(Records shown Opens)

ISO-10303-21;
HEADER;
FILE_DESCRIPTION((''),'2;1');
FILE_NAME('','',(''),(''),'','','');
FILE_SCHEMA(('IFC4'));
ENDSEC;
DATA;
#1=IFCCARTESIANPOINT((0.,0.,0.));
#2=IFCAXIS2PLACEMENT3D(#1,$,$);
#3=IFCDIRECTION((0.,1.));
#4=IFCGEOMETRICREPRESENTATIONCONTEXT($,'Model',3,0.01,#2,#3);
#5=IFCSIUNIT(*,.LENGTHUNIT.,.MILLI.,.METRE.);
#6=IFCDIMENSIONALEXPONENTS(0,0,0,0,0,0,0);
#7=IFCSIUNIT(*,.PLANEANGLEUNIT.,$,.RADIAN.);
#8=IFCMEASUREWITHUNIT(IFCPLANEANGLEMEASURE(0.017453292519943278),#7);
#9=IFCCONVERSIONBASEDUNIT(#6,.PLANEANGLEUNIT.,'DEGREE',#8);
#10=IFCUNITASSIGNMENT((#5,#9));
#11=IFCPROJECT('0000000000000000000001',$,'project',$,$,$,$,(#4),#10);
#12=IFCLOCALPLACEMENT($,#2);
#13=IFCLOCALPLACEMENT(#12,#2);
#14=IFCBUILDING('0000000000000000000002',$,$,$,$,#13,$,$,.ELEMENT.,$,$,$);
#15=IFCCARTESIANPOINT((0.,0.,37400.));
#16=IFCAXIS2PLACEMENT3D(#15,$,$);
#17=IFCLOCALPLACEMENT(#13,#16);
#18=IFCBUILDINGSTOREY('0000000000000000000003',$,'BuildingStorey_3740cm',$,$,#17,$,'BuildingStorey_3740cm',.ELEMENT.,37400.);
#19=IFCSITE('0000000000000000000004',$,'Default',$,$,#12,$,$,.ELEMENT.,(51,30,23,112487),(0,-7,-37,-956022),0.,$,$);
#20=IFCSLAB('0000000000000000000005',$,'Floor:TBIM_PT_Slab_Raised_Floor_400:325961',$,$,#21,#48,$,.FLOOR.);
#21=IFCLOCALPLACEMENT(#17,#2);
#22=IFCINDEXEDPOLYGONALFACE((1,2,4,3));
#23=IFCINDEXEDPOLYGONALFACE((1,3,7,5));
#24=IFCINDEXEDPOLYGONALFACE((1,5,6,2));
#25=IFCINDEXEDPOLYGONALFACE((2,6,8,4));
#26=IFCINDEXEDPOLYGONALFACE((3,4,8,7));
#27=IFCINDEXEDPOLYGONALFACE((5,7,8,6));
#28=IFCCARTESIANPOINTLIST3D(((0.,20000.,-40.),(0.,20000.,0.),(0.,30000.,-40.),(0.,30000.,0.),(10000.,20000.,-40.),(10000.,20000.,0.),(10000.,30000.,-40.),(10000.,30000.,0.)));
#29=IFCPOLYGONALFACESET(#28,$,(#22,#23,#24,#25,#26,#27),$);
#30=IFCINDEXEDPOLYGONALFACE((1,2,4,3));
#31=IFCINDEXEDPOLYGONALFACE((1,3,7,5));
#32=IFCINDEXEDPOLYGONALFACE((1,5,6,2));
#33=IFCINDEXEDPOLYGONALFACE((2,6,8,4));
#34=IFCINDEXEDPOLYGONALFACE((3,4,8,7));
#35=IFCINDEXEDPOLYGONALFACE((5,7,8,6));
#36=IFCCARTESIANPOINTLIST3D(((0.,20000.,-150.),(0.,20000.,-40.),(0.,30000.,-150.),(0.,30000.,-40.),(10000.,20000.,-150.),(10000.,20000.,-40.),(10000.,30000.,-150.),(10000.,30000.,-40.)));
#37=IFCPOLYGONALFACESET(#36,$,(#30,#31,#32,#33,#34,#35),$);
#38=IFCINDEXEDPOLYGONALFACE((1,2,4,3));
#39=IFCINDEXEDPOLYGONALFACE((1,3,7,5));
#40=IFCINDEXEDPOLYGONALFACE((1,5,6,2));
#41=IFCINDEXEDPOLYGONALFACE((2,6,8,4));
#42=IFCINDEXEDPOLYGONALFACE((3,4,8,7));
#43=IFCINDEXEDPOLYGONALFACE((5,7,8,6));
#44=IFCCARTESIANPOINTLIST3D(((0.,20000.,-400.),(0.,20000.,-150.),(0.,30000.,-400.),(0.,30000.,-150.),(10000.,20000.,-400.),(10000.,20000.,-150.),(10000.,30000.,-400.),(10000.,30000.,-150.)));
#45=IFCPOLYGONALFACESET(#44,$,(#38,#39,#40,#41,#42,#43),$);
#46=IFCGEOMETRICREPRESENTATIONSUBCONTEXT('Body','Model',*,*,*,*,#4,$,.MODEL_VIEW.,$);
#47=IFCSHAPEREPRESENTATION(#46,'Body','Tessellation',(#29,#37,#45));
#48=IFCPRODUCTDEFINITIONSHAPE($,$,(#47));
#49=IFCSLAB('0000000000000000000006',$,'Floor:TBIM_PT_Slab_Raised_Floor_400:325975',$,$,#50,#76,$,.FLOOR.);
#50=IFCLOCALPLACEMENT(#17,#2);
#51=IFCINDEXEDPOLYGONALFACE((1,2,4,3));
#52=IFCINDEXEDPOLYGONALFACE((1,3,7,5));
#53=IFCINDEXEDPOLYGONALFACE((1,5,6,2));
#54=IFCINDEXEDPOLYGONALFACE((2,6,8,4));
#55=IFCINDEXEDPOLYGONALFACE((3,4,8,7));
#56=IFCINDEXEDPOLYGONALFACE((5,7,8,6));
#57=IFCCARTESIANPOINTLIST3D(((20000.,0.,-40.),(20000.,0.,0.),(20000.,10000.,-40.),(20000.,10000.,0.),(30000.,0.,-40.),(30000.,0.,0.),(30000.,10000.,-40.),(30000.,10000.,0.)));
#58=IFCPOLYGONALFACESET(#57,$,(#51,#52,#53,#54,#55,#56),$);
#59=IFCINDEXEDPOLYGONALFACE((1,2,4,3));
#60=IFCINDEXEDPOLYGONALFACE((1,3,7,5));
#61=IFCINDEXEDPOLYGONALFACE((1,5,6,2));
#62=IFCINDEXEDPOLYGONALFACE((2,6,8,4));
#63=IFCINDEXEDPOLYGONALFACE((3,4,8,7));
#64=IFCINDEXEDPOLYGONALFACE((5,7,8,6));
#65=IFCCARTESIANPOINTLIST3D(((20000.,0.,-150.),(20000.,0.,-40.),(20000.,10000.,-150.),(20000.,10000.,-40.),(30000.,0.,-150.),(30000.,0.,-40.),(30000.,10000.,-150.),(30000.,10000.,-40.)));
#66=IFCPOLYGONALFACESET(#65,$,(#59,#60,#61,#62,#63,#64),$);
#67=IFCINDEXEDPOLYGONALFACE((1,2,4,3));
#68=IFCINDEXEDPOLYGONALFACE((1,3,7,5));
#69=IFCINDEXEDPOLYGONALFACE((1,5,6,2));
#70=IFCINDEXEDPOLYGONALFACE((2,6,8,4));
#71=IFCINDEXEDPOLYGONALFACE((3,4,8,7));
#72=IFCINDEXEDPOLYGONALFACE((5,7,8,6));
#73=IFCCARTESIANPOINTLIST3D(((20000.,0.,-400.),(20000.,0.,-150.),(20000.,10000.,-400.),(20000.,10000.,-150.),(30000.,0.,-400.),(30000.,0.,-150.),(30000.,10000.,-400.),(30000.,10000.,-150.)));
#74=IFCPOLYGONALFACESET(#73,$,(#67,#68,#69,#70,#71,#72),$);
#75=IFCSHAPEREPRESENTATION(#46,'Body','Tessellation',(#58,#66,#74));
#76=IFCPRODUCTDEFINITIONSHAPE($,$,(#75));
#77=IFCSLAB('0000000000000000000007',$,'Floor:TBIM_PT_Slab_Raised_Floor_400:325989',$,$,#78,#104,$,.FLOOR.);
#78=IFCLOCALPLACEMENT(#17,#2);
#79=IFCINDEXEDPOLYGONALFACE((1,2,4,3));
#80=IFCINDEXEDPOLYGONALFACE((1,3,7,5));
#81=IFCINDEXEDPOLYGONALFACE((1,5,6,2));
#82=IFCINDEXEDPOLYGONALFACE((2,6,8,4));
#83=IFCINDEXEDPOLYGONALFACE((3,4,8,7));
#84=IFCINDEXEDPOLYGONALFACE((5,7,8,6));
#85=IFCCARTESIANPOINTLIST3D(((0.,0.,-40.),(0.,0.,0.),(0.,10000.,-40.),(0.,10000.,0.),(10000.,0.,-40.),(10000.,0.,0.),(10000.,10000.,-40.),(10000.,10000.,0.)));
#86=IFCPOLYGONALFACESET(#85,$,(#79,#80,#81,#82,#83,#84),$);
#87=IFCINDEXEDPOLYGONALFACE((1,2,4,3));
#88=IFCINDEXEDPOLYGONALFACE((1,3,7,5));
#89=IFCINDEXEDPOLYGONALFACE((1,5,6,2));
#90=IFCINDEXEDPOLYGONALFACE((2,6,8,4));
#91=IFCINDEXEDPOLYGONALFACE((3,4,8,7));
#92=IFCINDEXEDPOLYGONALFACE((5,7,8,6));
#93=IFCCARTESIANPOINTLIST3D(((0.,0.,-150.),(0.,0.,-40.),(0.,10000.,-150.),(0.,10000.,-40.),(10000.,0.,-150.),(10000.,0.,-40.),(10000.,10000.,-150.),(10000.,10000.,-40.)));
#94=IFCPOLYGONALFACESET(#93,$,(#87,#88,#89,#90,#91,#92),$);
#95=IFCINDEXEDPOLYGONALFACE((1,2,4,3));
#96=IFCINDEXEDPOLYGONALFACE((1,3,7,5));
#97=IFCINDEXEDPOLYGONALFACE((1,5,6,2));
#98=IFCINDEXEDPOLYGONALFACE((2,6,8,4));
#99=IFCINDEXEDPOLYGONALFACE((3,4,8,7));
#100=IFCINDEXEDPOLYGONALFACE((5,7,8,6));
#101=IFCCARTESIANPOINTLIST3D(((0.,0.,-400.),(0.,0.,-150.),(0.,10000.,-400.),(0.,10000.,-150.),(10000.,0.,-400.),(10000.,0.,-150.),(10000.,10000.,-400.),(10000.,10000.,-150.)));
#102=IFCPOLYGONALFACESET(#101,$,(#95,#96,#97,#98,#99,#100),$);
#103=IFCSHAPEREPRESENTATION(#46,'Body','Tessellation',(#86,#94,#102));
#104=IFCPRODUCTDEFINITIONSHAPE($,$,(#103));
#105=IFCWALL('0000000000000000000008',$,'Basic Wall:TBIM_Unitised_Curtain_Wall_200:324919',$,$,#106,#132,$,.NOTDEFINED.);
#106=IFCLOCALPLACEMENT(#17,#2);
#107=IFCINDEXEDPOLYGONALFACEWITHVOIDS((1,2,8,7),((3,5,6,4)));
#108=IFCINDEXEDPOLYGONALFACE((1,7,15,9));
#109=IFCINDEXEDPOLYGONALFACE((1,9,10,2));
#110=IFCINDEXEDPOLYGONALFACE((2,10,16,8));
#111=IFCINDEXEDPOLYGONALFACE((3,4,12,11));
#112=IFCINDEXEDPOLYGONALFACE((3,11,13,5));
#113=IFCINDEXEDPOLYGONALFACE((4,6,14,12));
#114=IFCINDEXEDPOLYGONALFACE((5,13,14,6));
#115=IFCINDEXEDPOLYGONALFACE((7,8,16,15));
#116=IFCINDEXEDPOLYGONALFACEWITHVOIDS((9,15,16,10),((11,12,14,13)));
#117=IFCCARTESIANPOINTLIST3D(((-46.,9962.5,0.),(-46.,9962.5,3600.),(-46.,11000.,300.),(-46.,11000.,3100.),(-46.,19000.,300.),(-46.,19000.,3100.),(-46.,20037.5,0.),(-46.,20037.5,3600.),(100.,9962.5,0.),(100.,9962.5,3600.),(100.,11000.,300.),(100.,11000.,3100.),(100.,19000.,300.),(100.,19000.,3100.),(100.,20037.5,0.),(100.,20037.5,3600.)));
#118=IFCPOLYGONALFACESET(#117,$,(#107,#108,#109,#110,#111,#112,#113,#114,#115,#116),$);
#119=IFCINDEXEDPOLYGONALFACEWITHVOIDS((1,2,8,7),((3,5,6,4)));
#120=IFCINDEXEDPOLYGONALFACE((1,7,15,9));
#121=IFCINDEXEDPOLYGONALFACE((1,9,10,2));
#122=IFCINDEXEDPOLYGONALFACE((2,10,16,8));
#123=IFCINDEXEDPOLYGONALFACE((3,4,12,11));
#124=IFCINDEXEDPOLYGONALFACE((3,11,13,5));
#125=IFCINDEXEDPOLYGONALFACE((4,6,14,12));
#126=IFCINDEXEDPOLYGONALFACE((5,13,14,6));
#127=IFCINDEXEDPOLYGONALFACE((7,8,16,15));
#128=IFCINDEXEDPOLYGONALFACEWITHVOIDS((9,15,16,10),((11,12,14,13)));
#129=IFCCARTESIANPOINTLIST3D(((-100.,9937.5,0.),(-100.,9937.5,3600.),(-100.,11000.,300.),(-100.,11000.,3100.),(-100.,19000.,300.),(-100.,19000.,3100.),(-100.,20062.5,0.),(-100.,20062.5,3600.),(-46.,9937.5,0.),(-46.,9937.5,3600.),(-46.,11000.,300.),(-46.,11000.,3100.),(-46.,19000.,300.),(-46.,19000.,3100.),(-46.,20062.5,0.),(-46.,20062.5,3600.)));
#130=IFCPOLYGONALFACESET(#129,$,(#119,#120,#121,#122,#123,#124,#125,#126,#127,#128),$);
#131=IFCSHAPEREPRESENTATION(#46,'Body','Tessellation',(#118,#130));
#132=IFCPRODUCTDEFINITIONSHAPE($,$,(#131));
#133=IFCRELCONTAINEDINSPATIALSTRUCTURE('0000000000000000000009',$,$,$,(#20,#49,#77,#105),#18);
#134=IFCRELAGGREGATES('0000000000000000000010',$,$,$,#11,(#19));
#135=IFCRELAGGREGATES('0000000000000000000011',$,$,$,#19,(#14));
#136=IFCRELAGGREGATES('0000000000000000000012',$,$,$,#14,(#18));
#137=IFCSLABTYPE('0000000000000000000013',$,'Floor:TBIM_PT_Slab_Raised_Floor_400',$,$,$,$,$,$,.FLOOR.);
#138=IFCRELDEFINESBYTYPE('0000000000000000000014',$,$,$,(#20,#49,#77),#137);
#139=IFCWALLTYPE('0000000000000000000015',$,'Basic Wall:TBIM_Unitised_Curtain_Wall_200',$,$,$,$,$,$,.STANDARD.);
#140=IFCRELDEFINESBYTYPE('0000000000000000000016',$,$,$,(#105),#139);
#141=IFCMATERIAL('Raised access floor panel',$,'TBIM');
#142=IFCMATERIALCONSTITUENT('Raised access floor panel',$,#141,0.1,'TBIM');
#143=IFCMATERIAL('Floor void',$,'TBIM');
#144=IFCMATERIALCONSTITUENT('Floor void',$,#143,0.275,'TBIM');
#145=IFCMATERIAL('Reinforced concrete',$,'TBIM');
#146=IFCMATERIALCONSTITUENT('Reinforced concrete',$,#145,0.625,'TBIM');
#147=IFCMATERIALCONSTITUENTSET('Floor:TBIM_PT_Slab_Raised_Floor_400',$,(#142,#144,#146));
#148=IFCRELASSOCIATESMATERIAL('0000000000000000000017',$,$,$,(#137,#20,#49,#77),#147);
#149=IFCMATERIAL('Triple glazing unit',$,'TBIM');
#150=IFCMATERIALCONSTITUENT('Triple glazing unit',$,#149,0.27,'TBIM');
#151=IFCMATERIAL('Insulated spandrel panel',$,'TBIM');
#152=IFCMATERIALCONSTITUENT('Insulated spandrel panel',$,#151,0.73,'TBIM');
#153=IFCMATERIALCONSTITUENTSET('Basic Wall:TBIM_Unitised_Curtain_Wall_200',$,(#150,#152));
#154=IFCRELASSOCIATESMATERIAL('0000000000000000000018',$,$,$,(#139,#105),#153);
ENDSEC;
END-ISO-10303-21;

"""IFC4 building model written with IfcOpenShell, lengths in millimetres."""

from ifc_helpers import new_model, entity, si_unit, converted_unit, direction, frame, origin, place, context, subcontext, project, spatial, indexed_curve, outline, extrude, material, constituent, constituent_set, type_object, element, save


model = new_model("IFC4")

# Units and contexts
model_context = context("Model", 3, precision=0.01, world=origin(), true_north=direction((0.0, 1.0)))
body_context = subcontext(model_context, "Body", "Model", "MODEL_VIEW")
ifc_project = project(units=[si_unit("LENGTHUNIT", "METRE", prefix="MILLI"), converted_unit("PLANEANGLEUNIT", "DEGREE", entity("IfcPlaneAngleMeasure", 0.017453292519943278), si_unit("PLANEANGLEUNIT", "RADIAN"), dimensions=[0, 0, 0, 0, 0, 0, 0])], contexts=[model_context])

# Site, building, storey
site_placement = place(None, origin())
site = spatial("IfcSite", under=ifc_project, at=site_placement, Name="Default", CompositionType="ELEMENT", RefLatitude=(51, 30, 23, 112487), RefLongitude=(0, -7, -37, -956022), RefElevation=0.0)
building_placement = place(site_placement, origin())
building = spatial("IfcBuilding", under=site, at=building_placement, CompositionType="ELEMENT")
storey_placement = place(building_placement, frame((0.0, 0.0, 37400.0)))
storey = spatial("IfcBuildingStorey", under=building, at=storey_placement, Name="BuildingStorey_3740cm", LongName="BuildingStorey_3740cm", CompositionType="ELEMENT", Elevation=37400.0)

(Records shown Closes)

What to work on> From the records above, repeat exactly the lines from the one with "#87=IFCINDEXEDPOLYGONALFACE((1,2,4,3));" through the one with "#104=IFCPRODUCTDEFINITIONSHAPE($,$,(#103));", both included.

Answer to the problem>
#87=IFCINDEXEDPOLYGONALFACE((1,2,4,3));
#88=IFCINDEXEDPOLYGONALFACE((1,3,7,5));
#89=IFCINDEXEDPOLYGONALFACE((1,5,6,2));
#90=IFCINDEXEDPOLYGONALFACE((2,6,8,4));
#91=IFCINDEXEDPOLYGONALFACE((3,4,8,7));
#92=IFCINDEXEDPOLYGONALFACE((5,7,8,6));
#93=IFCCARTESIANPOINTLIST3D(((0.,0.,-150.),(0.,0.,-40.),(0.,10000.,-150.),(0.,10000.,-40.),(10000.,0.,-150.),(10000.,0.,-40.),(10000.,10000.,-150.),(10000.,10000.,-40.)));
#94=IFCPOLYGONALFACESET(#93,$,(#87,#88,#89,#90,#91,#92),$);
#95=IFCINDEXEDPOLYGONALFACE((1,2,4,3));
#96=IFCINDEXEDPOLYGONALFACE((1,3,7,5));
#97=IFCINDEXEDPOLYGONALFACE((1,5,6,2));
#98=IFCINDEXEDPOLYGONALFACE((2,6,8,4));
#99=IFCINDEXEDPOLYGONALFACE((3,4,8,7));
#100=IFCINDEXEDPOLYGONALFACE((5,7,8,6));
#101=IFCCARTESIANPOINTLIST3D(((0.,0.,-400.),(0.,0.,-150.),(0.,10000.,-400.),(0.,10000.,-150.),(10000.,0.,-400.),(10000.,0.,-150.),(10000.,10000.,-400.),(10000.,10000.,-150.)));
#102=IFCPOLYGONALFACESET(#101,$,(#95,#96,#97,#98,#99,#100),$);
#103=IFCSHAPEREPRESENTATION(#46,'Body','Tessellation',(#86,#94,#102));
#104=IFCPRODUCTDEFINITIONSHAPE($,$,(#103));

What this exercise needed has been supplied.